Alternatively, motion input may be transferred to connection rod-1 (6) by motor frame connected on crank-1 (5). In the same sense, motion input may be transferred to pendulum (9) by motor frame connected on crank-2 (8). That is, the motor and / or transfer unit frames can be mounted on crank- 1 (5) and crank-2 (8), moving with them. The issue is the relative motion between crank-1 (5) and connection rod-1 (6); and between crank-2 (8) and pendulum (9).

Various modes of mechanism motions will be explained:

One mode is that crank-1 (5) turns fully or oscillates, and crank-2 (8) is stationary (does not move). In this case, pendulum (9) performs pure rotation around joint (9a) depending on push and pull effect of link (10) which is moved by ram-1 (7). The motion output at ram-2 (12) is relatively fast, and force output is relatively low. Because, crank- 1 (5) length is considered to be longer than that of crank-2 (8).

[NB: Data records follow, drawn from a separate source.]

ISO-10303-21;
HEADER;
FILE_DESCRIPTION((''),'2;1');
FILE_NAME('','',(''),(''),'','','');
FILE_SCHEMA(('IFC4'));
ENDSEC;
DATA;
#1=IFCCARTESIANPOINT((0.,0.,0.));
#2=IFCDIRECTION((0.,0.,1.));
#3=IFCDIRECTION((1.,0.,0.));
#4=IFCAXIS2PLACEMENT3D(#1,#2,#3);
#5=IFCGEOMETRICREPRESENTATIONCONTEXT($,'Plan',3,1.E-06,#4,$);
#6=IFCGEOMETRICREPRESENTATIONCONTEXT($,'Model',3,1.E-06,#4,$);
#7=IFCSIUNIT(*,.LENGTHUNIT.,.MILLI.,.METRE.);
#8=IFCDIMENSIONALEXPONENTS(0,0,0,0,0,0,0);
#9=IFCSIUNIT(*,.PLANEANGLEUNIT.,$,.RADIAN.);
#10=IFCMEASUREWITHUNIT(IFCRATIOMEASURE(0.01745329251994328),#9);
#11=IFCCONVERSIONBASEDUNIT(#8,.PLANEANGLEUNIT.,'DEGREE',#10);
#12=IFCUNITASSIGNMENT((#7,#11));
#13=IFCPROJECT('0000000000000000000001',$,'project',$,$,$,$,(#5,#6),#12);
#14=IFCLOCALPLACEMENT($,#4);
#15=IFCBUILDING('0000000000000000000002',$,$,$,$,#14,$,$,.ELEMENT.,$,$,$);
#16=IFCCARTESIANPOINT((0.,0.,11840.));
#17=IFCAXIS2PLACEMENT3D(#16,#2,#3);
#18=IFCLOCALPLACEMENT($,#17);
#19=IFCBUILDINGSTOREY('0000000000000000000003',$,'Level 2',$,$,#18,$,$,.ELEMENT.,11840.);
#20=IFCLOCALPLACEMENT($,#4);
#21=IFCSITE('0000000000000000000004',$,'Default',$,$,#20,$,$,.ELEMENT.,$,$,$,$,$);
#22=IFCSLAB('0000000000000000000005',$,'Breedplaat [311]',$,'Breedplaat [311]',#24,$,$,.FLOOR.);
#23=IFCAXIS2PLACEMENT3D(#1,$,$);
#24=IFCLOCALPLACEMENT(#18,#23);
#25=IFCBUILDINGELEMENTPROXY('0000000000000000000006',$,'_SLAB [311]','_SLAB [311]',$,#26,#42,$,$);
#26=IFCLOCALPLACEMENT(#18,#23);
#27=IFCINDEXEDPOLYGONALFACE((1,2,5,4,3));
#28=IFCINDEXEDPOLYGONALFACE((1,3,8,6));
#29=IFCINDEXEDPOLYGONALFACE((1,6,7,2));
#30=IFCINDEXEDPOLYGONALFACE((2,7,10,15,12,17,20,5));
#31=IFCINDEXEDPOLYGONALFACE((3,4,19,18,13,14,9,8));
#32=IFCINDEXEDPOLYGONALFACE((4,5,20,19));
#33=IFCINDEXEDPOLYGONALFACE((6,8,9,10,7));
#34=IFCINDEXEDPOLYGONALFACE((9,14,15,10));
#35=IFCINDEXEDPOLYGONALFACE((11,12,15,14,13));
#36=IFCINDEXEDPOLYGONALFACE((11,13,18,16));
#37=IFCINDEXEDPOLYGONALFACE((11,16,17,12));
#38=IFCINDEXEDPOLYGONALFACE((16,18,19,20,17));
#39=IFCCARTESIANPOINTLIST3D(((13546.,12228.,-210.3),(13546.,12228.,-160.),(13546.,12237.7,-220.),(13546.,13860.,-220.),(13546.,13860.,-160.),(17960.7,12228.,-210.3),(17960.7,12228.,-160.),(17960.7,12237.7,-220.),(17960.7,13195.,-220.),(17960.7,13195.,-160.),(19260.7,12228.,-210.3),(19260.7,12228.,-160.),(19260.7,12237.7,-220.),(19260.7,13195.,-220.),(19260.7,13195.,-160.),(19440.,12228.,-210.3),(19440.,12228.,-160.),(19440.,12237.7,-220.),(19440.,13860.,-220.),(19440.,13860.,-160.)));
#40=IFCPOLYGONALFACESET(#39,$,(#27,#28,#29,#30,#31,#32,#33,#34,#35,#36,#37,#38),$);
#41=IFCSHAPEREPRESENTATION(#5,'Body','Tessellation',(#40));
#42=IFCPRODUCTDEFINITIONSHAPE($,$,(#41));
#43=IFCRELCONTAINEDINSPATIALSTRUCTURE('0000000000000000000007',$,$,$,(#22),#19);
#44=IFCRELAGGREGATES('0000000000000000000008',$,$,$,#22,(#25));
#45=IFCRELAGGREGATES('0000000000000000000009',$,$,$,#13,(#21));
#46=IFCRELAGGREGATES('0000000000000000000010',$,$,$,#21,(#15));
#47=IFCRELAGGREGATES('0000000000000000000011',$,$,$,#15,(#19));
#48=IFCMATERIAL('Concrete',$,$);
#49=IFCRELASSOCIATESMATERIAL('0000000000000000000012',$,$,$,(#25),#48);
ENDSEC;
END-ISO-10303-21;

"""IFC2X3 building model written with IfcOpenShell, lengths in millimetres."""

from ifc_helpers import new_model, entity, si_unit, converted_unit, frame, origin_with_axes, origin_2d_with_axis, place, context, project, spatial, polyline, rectangle, outline, extrude, material, element, aggregate, save


model = new_model("IFC2X3")

# Units and contexts
plan_context = context("Plan", 3, precision=1e-06, world=origin_with_axes())
model_context = context("Model", 3, precision=1e-06, world=origin_with_axes())
ifc_project = project(units=[si_unit("LENGTHUNIT", "METRE", prefix="MILLI"), converted_unit("PLANEANGLEUNIT", "DEGREE", entity("IfcRatioMeasure", 0.01745329251994328), si_unit("PLANEANGLEUNIT", "RADIAN"), dimensions=[0, 0, 0, 0, 0, 0, 0])], contexts=[plan_context, model_context])

# Site, building, storey
site_placement = place(None, origin_with_axes())
site = spatial("IfcSite", under=ifc_project, at=site_placement, Name="Default", CompositionType="ELEMENT")
building_placement = place(None, origin_with_axes())
building = spatial("IfcBuilding", under=site, at=building_placement, CompositionType="ELEMENT")
storey_placement = place(None, frame((0.0, 0.0, 11840.0), z_axis=(0.0, 0.0, 1.0), x_axis=(1.0, 0.0, 0.0)))
storey = spatial("IfcBuildingStorey", under=building, at=storey_placement, Name="Level 2", CompositionType="ELEMENT", Elevation=11840.0)

# Slab, building element proxy, openings
slab_1_placement = place(None, frame((13546.0, 12228.0, 11620.0), z_axis=(0.0, 0.0, 1.0), x_axis=(1.0, 0.0, 0.0)))
slab_1 = element("IfcSlab", 1, at=slab_1_placement, inside=storey, Name="Breedplaat [311]", ObjectType="Breedplaat [311]", PredefinedType="FLOOR")
ifc_material_1 = material(Name="Concrete")
proxy_1_placement = place(slab_1_placement, origin_with_axes())
proxy_1 = element("IfcBuildingElementProxy", 2, at=proxy_1_placement, material=ifc_material_1, Name="_SLAB [311]", Description="_SLAB [311]", context=plan_context, shape_type="SweptSolid", body=[
    extrude(outline(polyline([(0.0, 0.0), (5894.0, 0.0), (5894.0, 1632.0), (0.0, 1632.0), (0.0, 0.0)])), origin_with_axes(), (0.0, 0.0, 1.0), 60.0),
])
opening_1_placement = place(slab_1_placement, frame((4414.7, 0.0, 0.0), z_axis=(0.0, 0.0, 1.0), x_axis=(1.0, 0.0, 0.0)))
element("IfcOpeningElement", 3, at=opening_1_placement, cuts=proxy_1, ObjectType="Opening", context=plan_context, shape_type="SolidModel", body=[
    extrude(rectangle(XDim=1300.0, YDim=967.0, at=origin_2d_with_axis()), frame((650.0, 483.5, 0.0), z_axis=(0.0, 0.0, 1.0), x_axis=(1.0, 0.0, 0.0)), (0.0, 0.0, 1.0), 60.0),
])
opening_2_placement = place(None, frame((13546.0, 12228.0, 11620.0), z_axis=(0.0, 0.0, 1.0), x_axis=(1.0, 0.0, 0.0)))
element("IfcOpeningElement", 4, at=opening_2_placement, cuts=proxy_1, ObjectType="Opening", context=plan_context, shape_type="SweptSolid", body=[
    extrude(outline(polyline([(-0.1, -0.1), (-0.1, 10.0), (10.0, -0.1), (-0.1, -0.1)])), frame((-1.2, -0.1, -0.1), z_axis=(1.0, 0.0, 0.0), x_axis=(0.0, 1.0, 0.0)), (0.0, 0.0, 1.0), 5896.2),
])
aggregate(slab_1, [proxy_1])

save(model, "model.ifc")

Because the crank-1 (5) is predicted to be longer than the crank-2 (8).

One another mode is that crank-1 (5) is stationary (does not move), and crank-2 (8) turns fully or oscillates. It means that ram-1 (7) is stationary. In this case, joint (10a) of pendulum (9) performs pure rotation around joint (10b). The motion output at ram-2 (12) is relatively slow, and force output is relatively high.

One another mode is that both of crank-1 (5) and crank-2 (8) turn fully or oscillate regularly in steady state. Each of these motions may be also in any mathematical function. In this case, combined motion is transferred to pendulum (9). The magnitude of speed and force output at ram-2 (12) depends on the motion functions of the crank-1 (5) and crank-2 (8) and the relation in between.

One another mode is that, crank-1 (5) moves fast, and slows down around bottom death center of ram-1 (7) (quasi-static). Crank-2 (8) is stationary (or quasi-static) while ram-1 (7) is moving fast far from bottom death center, and starts rotation when ram-1 (7) is in quasi-static regime around bottom death center. In this case, since joint (10b) is quasi static, joint (10a) performs pure rotation. The force transmitted to ram-2 (11) through pendulum (9) is basically produced by crank-2 (8). As the length of crank-2 (8) is too short, the fore output is too high. Thus, motion output at ram-2 (12) is relatively slow, and force output is relatively high.

One another mode is that ram-1 (7) is locked at bottom death center via a pin movement, gravitational forces, frictional forces, spring forces, hydraulics, pneumatics, electrical devices or etc., and crank-2 (8) turns fully or oscillates. In this case, joint (10a) of pendulum (9) performs pure rotation around joint (10b). The motion output at ram-2 (12) is relatively slow, and force output is relatively high. The force transmitted to ram-2 (11) through pendulum (9) is basically produced by crank-2 (8). As the length of crank-2 (8) is too short, the fore output is too high. Thus, motion output at ram-2 (12) is relatively slow, and force output is relatively high.